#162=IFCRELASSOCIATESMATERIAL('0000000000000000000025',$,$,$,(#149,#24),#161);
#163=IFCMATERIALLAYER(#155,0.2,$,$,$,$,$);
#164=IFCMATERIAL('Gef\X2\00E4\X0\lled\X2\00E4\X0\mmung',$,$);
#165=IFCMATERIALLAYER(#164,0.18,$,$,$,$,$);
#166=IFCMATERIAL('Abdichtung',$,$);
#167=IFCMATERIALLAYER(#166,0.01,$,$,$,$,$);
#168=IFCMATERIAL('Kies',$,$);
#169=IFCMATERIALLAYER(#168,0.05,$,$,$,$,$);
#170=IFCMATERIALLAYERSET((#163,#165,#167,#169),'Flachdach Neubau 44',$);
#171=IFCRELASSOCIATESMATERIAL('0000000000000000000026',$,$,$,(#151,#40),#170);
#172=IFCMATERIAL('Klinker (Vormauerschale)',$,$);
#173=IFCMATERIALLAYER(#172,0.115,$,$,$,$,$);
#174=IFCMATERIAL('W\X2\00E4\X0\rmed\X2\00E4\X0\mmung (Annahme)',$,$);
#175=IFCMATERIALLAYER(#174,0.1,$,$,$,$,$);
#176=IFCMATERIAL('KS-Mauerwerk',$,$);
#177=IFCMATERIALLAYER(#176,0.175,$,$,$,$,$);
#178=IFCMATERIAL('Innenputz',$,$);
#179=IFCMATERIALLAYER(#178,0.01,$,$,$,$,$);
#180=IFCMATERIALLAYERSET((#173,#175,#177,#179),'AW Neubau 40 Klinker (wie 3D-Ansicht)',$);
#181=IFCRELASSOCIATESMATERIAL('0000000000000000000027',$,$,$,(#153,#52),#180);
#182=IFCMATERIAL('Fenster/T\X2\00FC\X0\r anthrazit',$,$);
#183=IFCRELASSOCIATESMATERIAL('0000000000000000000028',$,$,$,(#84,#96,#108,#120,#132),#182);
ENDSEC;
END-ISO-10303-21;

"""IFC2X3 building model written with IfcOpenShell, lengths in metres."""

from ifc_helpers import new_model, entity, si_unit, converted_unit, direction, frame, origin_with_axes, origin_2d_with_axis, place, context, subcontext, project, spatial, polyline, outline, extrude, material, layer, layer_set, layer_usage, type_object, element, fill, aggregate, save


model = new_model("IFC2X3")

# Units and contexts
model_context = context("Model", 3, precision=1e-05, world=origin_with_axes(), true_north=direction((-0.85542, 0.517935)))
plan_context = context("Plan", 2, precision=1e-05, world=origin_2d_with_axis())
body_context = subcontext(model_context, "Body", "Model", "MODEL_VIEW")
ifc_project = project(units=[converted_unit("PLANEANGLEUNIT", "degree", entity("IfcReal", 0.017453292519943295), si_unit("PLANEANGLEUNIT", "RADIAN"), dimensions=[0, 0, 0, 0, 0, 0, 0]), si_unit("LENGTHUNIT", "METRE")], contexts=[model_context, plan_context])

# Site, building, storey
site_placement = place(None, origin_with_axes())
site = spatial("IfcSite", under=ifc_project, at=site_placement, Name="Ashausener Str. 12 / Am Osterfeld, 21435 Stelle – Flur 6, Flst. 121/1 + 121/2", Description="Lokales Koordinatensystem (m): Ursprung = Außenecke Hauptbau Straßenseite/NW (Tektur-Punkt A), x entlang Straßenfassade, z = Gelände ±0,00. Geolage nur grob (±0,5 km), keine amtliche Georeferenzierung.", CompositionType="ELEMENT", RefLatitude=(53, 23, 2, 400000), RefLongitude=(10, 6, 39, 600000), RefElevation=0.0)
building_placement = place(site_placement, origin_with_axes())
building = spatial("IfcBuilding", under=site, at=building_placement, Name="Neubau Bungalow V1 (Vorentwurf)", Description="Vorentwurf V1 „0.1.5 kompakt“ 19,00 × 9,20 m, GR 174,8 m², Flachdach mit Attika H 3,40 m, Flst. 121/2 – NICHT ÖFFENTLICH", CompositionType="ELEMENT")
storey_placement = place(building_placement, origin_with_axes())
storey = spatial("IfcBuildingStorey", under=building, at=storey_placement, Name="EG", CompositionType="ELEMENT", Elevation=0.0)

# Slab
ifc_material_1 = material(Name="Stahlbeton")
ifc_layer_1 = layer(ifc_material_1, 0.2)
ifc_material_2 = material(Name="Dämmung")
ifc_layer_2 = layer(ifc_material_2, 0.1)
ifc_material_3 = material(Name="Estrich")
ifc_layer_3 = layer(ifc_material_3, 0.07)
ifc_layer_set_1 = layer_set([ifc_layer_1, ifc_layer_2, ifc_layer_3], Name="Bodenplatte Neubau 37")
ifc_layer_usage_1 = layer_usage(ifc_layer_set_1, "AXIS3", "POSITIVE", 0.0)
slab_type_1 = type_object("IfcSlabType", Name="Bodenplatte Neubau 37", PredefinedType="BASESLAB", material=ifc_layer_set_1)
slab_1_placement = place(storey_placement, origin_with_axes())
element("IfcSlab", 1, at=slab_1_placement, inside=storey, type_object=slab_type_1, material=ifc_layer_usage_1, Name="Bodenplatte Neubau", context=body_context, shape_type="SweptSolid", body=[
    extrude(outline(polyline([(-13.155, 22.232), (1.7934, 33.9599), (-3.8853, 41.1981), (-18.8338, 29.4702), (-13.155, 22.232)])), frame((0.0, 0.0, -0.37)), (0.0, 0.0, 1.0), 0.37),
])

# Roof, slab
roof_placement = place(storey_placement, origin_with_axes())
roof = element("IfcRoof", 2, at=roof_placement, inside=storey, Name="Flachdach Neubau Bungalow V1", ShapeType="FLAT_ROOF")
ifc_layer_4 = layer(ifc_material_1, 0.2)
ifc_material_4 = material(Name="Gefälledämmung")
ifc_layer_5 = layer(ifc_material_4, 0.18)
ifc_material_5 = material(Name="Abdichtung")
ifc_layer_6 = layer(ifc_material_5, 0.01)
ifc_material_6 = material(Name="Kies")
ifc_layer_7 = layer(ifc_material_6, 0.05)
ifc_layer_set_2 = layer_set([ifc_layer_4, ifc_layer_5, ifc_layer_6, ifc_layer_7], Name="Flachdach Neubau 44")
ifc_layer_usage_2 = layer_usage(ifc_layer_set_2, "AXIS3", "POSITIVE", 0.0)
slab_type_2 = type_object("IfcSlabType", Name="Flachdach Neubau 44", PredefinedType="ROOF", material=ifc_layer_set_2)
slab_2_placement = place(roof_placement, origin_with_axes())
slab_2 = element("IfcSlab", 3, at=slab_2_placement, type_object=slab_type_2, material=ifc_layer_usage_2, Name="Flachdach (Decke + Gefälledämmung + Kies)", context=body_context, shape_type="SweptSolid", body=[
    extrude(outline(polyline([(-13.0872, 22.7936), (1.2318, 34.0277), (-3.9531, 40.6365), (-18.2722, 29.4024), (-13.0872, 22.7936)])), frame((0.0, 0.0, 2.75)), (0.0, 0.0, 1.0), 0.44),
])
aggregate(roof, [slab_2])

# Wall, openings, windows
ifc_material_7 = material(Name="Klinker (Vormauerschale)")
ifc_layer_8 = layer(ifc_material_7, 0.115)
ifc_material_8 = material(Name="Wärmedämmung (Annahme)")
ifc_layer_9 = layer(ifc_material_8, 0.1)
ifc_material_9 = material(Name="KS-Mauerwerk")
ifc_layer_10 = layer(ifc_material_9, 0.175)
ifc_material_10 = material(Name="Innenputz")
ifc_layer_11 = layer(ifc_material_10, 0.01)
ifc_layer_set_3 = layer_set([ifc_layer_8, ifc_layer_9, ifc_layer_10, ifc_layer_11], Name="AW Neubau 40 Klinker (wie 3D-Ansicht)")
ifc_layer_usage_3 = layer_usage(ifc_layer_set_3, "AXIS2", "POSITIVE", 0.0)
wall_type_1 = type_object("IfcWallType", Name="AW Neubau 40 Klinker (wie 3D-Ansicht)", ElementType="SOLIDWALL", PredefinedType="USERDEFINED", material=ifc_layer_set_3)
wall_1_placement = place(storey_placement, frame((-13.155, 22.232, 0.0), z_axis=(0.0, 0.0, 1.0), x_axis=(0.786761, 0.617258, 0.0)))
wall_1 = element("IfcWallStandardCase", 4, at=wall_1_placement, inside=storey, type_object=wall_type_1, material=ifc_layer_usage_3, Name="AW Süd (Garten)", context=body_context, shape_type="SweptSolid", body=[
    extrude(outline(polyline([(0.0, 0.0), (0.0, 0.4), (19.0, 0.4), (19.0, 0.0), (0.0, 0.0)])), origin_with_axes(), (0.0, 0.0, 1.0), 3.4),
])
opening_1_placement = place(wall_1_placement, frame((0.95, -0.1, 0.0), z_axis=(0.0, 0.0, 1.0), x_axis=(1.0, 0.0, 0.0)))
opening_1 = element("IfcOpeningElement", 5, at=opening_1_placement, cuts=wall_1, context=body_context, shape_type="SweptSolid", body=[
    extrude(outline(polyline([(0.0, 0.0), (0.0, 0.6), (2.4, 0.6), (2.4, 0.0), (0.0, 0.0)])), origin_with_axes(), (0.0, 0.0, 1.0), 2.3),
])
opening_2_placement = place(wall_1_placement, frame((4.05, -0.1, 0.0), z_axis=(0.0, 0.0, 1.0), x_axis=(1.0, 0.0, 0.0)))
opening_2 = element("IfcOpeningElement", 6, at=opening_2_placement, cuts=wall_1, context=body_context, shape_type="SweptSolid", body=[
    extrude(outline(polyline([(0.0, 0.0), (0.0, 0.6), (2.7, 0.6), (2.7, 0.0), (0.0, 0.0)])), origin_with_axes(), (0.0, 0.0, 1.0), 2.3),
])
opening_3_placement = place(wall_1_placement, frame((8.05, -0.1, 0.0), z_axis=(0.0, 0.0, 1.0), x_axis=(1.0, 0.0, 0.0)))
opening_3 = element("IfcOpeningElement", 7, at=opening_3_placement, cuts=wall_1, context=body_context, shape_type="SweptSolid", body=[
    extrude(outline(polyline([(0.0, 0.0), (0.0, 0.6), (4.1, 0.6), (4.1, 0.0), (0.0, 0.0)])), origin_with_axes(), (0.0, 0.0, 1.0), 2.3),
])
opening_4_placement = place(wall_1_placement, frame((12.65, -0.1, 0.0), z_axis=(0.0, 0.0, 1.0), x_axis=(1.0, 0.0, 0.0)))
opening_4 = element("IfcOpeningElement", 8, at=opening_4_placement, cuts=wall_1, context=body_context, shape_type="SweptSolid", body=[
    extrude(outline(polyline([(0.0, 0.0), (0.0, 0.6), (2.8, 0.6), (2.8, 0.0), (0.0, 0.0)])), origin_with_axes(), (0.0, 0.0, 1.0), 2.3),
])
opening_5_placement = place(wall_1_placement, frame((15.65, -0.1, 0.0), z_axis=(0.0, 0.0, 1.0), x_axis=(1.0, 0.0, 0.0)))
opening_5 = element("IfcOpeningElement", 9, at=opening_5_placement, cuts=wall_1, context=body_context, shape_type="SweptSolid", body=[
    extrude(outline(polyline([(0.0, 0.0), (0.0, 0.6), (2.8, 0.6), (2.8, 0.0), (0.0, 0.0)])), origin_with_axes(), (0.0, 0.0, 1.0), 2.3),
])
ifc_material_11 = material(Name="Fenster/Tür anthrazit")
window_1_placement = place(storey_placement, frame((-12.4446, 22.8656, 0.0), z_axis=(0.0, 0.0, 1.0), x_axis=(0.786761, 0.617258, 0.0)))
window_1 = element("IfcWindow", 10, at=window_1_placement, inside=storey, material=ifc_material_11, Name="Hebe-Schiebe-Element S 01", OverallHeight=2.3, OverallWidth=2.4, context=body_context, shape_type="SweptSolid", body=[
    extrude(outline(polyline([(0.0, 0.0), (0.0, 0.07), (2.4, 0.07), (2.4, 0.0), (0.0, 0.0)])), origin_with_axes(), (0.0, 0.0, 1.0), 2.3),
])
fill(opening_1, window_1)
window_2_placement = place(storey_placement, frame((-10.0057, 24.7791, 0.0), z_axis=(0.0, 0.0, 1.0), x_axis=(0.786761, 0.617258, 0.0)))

* * * * * * *

» **INSTRUCTIONS FOR THE TASK**
Using the material above, filter for lines holding "aggregate" and copy each one.

» **EXERCISE ANSWER**
from ifc_helpers import new_model, entity, si_unit, converted_unit, direction, frame, origin_with_axes, origin_2d_with_axis, place, context, subcontext, project, spatial, polyline, outline, extrude, material, layer, layer_set, layer_usage, type_object, element, fill, aggregate, save
aggregate(roof, [slab_2])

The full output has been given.